Magnetic resonance imaging (MRI)
Contrast MRI reflects very well the RV structure and function. The thickness of the RV wall and the mean PAP show a high correlation (r=0.9) (42). One study measured PA cross-sectional area using MRI to assess if pulmonary hyperinflation correlates with PA cross-sectional area in COPD (43) and it has been demonstrated that increased residual volume was associated with a larger PA in COPD.
RHC
RHC is still the gold standard for precise PAP measurement. With RHC it is also possible to measure the transpulmonary gradient and CO, and to calculate PVR as well as its reversibility by drugs and oxygen. Exercise induced PH can also be investigated. Severe PH (mPAP >40 mmHg) is rarely seen in COPD and in these cases an additional explanation for PH should be investigated, e.g., left heart disease, chronic thromboembolic disease or idiopathic.
Cardiopulmonary exercise testing (CPET)
Exercise testing is an excellent tool to differentiate between an exhausted breathing reserve caused by airflow limitation and an exhausted circulatory reserve caused by PH (44).
Treatment
Even though PAP has a strong negative impact on survival in most lung diseases, findings from a limited number of studies suggest that successful treatment of PH does not necessarily improve patients’ outcome. Before starting a PH treatment for patients with chronic lung disease, it has to be considered, whether improving pulmonary hemodynamics in chronic lung disease has an impact on patients outcome, because in most of these patients symptoms are rather caused by limitations in ventilation than by CO, unlike those with idiopathic PAH (2). Management of the underlying lung disease is the primary goal of treatment, as there is currently no medication proven to efficiently treat PH associated with chronic lung disease. In cases of severe PH, patients should be referred to experienced PAH centres and enrollment in clinical trials should be considered.

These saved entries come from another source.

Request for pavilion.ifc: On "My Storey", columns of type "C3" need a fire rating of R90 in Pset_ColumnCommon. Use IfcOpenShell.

First a look at what the model holds.

```python
import ifcopenshell
import ifcopenshell.util.element

model = ifcopenshell.open("pavilion.ifc")
print(model.schema)
storey = next(s for s in model.by_type("IfcBuildingStorey") if s.Name == "My Storey")
columns = [e for e in ifcopenshell.util.element.get_decomposition(storey) if e.is_a("IfcColumn")]
seen = {}
for e in columns:
    element_type = ifcopenshell.util.element.get_type(e)
    key = (element_type.Name if element_type != e and element_type else None, ifcopenshell.util.element.get_pset(e, "Pset_ColumnCommon", "FireRating"))
    seen[key] = seen.get(key, 0) + 1
for (name, value), count in sorted(seen.items(), key=str):
    print(count, "x", name, "|", value)
```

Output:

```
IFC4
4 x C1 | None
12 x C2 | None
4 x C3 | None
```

```python
import ifcopenshell
import ifcopenshell.api.pset
import ifcopenshell.util.element

model = ifcopenshell.open("pavilion.ifc")

storey = next(s for s in model.by_type("IfcBuildingStorey") if s.Name == "My Storey")
columns = [e for e in ifcopenshell.util.element.get_decomposition(storey) if e.is_a("IfcColumn")]

count = 0
for e in columns:
    element_type = ifcopenshell.util.element.get_type(e)
    if element_type in (None, e) or element_type.Name != "C3":
        continue
    # add_pset returns the element's existing set when there is one.
    pset = ifcopenshell.api.pset.add_pset(model, product=e, name="Pset_ColumnCommon")
    ifcopenshell.api.pset.edit_pset(model, pset=pset, properties={"FireRating": "R90"})
    count += 1

print(count, "columns updated")

model.write("pavilion_v2.ifc")
```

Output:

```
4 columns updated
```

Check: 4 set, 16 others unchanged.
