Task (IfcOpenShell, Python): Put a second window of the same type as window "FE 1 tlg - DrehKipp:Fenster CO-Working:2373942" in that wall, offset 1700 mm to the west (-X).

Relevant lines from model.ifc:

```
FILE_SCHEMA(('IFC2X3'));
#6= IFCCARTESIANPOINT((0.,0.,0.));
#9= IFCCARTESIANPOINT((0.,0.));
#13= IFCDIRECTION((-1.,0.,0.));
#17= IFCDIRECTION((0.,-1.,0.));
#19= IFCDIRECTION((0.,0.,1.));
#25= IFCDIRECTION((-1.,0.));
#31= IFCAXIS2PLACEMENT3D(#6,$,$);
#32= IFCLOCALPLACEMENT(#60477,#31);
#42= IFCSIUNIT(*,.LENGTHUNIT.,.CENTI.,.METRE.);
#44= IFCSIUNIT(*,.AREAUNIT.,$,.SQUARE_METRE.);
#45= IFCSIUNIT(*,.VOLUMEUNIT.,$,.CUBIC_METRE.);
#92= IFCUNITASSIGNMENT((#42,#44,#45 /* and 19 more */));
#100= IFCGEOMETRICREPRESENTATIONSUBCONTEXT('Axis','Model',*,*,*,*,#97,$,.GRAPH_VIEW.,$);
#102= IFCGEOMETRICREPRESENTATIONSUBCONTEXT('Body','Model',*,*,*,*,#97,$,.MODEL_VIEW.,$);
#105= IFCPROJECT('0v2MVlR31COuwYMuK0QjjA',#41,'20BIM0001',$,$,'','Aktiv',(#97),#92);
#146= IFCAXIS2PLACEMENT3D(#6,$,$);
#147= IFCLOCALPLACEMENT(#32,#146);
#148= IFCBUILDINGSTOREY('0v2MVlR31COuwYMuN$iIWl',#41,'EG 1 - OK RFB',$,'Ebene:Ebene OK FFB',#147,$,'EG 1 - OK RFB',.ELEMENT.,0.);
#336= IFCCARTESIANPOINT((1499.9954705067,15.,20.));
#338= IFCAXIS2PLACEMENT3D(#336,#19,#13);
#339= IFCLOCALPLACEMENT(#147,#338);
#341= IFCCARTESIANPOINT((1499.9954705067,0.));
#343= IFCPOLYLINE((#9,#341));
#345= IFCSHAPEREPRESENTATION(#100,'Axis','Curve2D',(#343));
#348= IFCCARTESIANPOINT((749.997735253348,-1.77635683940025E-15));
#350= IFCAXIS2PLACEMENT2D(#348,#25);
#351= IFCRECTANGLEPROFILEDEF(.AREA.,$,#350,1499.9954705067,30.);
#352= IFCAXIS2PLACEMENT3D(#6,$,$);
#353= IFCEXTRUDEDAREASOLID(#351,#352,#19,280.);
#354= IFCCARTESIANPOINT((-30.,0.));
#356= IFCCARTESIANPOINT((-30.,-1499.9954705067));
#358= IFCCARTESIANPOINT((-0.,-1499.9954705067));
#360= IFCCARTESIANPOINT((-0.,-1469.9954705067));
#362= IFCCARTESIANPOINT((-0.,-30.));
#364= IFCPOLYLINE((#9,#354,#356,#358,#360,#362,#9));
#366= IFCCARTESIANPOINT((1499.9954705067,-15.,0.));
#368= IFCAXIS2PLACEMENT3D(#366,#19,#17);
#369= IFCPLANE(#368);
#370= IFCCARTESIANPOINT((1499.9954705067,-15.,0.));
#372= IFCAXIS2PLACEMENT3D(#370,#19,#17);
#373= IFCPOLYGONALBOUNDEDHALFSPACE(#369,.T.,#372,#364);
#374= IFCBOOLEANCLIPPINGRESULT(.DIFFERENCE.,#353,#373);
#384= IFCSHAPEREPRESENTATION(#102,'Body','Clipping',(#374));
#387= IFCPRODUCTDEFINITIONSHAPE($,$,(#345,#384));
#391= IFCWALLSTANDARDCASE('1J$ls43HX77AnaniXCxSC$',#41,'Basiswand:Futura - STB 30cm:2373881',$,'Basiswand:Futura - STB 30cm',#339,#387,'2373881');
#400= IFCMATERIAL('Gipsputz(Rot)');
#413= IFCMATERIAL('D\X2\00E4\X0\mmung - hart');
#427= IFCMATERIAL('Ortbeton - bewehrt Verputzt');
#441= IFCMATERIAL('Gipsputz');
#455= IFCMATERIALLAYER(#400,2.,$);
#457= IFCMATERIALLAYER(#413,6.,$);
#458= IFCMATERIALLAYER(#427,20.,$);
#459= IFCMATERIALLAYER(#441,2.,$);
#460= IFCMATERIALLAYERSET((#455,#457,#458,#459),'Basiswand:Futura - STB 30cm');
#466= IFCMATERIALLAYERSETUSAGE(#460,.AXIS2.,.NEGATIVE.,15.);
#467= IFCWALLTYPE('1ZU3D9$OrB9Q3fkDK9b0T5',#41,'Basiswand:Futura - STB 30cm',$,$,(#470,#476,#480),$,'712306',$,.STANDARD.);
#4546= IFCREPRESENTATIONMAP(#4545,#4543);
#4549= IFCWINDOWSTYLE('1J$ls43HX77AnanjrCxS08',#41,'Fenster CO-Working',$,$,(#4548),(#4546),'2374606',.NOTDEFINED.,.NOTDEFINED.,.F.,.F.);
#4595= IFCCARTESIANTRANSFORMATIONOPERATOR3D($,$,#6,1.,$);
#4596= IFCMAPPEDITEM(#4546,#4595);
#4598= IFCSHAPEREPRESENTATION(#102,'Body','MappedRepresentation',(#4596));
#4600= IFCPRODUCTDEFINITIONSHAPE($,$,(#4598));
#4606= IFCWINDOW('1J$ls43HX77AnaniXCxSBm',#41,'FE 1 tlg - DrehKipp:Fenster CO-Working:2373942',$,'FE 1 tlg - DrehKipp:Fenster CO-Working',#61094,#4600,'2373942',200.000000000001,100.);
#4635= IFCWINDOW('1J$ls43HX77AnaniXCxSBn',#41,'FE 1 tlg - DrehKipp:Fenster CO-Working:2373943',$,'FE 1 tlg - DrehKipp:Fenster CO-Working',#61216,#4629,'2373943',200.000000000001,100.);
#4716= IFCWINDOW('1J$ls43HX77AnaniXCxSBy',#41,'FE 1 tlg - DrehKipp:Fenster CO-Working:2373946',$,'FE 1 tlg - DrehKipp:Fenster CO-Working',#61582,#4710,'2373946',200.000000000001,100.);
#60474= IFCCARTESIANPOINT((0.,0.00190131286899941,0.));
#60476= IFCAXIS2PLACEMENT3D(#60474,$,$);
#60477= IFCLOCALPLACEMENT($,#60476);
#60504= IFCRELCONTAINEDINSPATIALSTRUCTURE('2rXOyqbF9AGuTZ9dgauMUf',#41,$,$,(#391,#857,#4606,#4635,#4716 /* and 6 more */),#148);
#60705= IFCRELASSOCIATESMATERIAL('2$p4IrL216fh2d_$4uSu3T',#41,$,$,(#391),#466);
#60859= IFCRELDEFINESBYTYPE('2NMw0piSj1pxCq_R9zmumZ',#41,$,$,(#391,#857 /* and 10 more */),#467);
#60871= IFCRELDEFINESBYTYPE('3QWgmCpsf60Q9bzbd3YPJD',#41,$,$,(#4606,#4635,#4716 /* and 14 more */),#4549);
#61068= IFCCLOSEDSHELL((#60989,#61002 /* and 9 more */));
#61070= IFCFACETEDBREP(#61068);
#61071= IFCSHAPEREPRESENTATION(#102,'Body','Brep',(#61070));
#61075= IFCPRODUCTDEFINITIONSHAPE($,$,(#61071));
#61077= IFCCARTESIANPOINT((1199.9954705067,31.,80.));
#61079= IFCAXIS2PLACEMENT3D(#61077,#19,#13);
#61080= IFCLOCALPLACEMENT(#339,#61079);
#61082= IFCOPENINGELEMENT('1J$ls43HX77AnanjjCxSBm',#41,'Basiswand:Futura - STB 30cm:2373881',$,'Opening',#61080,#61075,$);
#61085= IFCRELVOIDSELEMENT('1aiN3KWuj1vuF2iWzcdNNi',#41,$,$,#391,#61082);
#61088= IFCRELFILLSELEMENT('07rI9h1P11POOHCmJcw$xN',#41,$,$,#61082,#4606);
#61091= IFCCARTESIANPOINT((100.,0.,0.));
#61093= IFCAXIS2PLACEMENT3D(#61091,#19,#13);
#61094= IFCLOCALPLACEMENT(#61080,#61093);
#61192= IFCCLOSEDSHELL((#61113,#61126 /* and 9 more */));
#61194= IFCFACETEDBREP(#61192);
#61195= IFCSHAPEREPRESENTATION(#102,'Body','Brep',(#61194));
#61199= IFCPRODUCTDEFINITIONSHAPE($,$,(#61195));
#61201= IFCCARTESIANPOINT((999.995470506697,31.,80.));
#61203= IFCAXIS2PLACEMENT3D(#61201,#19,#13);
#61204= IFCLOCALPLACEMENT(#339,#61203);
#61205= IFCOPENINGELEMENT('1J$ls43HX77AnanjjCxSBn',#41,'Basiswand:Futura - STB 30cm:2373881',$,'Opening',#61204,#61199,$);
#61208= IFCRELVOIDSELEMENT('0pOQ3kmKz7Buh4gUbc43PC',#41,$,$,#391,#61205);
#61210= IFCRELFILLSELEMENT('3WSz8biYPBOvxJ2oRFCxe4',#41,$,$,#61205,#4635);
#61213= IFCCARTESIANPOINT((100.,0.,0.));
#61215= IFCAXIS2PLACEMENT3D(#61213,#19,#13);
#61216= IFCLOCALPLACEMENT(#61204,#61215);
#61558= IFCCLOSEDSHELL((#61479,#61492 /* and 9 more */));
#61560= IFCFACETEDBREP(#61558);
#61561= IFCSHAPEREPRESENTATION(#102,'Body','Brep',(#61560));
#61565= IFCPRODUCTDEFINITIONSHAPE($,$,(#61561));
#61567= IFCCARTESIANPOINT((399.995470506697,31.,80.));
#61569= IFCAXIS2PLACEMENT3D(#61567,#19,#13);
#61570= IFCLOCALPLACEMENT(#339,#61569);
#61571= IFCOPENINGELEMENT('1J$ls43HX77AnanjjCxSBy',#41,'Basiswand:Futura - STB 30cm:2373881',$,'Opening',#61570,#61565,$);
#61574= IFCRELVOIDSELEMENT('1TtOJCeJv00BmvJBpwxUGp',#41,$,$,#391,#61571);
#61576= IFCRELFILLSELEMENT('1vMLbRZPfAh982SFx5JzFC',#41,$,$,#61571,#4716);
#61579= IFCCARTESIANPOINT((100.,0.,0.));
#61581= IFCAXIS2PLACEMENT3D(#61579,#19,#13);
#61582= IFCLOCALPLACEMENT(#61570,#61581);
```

```python
import ifcopenshell
import ifcopenshell.api.feature
import ifcopenshell.api.geometry
import ifcopenshell.api.root
import ifcopenshell.geom
import ifcopenshell.util.element
import ifcopenshell.util.placement
import ifcopenshell.util.shape
import ifcopenshell.util.unit

model = ifcopenshell.open("model.ifc")
unit_scale = ifcopenshell.util.unit.calculate_unit_scale(model)
settings = ifcopenshell.geom.settings()


def volume(element):
    """Net volume in cubic metres, openings subtracted."""
    shape = ifcopenshell.geom.create_shape(settings, element)
    return ifcopenshell.util.shape.get_volume(shape.geometry)


def reuse_history(source, copy):
    """copy_class also copies each property set's owner history, people and application; keep the originals."""
    for rel in copy.IsDefinedBy:
        if rel.is_a("IfcRelDefinesByProperties") and (history := rel.RelatingPropertyDefinition.OwnerHistory):
            rel.RelatingPropertyDefinition.OwnerHistory = source.OwnerHistory
            ifcopenshell.util.element.remove_deep2(model, history)


window = model.by_id(4606)
opening = window.FillsVoids[0].RelatingOpeningElement
wall = opening.VoidsElements[0].RelatingBuildingElement
before = volume(wall)
shift = ifcopenshell.util.placement.get_local_placement(wall.ObjectPlacement)[:3, 0] * 1.7 / unit_scale

# copy_class copies the void relationship, type, container and properties, but no geometry.
new_opening = ifcopenshell.api.root.copy_class(model, product=opening)
new_opening.Representation = ifcopenshell.util.element.copy_deep(
    model, opening.Representation, exclude=["IfcGeometricRepresentationContext", "IfcRepresentationMap"]
)
new_opening.Name = "Basiswand:Futura - STB 30cm"
new_window = ifcopenshell.api.root.copy_class(model, product=window)
new_window.Representation = ifcopenshell.util.element.copy_deep(
    model, window.Representation, exclude=["IfcGeometricRepresentationContext", "IfcRepresentationMap"]
)
new_window.Name = "FE 1 tlg - DrehKipp:Fenster CO-Working"
new_window.Tag = None
reuse_history(window, new_window)
fills = ifcopenshell.api.feature.add_filling(model, opening=new_opening, element=new_window)
fills.OwnerHistory = new_window.OwnerHistory  # required in IFC2X3

for old, new in ((opening, new_opening), (window, new_window)):
    matrix = ifcopenshell.util.placement.get_local_placement(old.ObjectPlacement)
    matrix[:3, 3] += shift
    ifcopenshell.api.geometry.edit_object_placement(model, product=new, matrix=matrix, is_si=False)

after = volume(wall)

print(f"wall volume {before:.3f} -> {after:.3f} m3")

model.write("model_rev.ifc")
```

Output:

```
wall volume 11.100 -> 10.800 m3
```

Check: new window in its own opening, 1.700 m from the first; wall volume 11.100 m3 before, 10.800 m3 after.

Over the past 2 decades, a large number of drugs have been approved for WHO group 1 PAH, leading to the temptation to also use these medications in the treatment of PH associated with chronic lung disease (2).
Therapy of CP
Treatments include α1-antagonists, β2-agonists, angiotensin converting enzyme inhibitors, calcium channel blockers, nitrates, and theophylline (45). The majority of these drugs influence PH only modestly, as on the one hand they increase CO and reduce PVR, but on the other hand also lead to systemic hypotension and deterioration of ventilation-perfusion mismatch. Whether these alternative treatments lead to a benefit of survival has not yet been shown for any of them (45).
Oxygen
In the 1970s, the efficacy of supplemental oxygen to reduce PAP in COPD was first studied. The effects of long-term oxygen therapy (LTO2) on pulmonary hemodynamics, patient function, and survival was assessed in two large multicenter studies. Although it has been demonstrated that mortality was relevantly influenced by the oxygen therapy, increased survival was not correlated with changes in pulmonary hemodynamics (17). This was further confirmed by the Nocturnal Oxygen Therapy Trial [randomized to overnight (average 12 h/d) or continuous (average 17.7 h/d) LTO2 (46)] which showed nearly double mortalities in nocturnal vs the continuous oxygen therapy group, but showed no differences in mPAP and PVR between the group of continuous oxygen compared to the group who used oxygen only at night. However, oxygen is still vital in the treatment for PH in COPD patients.
Pulmonary vasodilators
The use of vasodilatators is complicated by the negative effect on oxygenation by inhibiting the ventilation perfusion mechanism. However, small series in well selected patients showed a benefit (47,48).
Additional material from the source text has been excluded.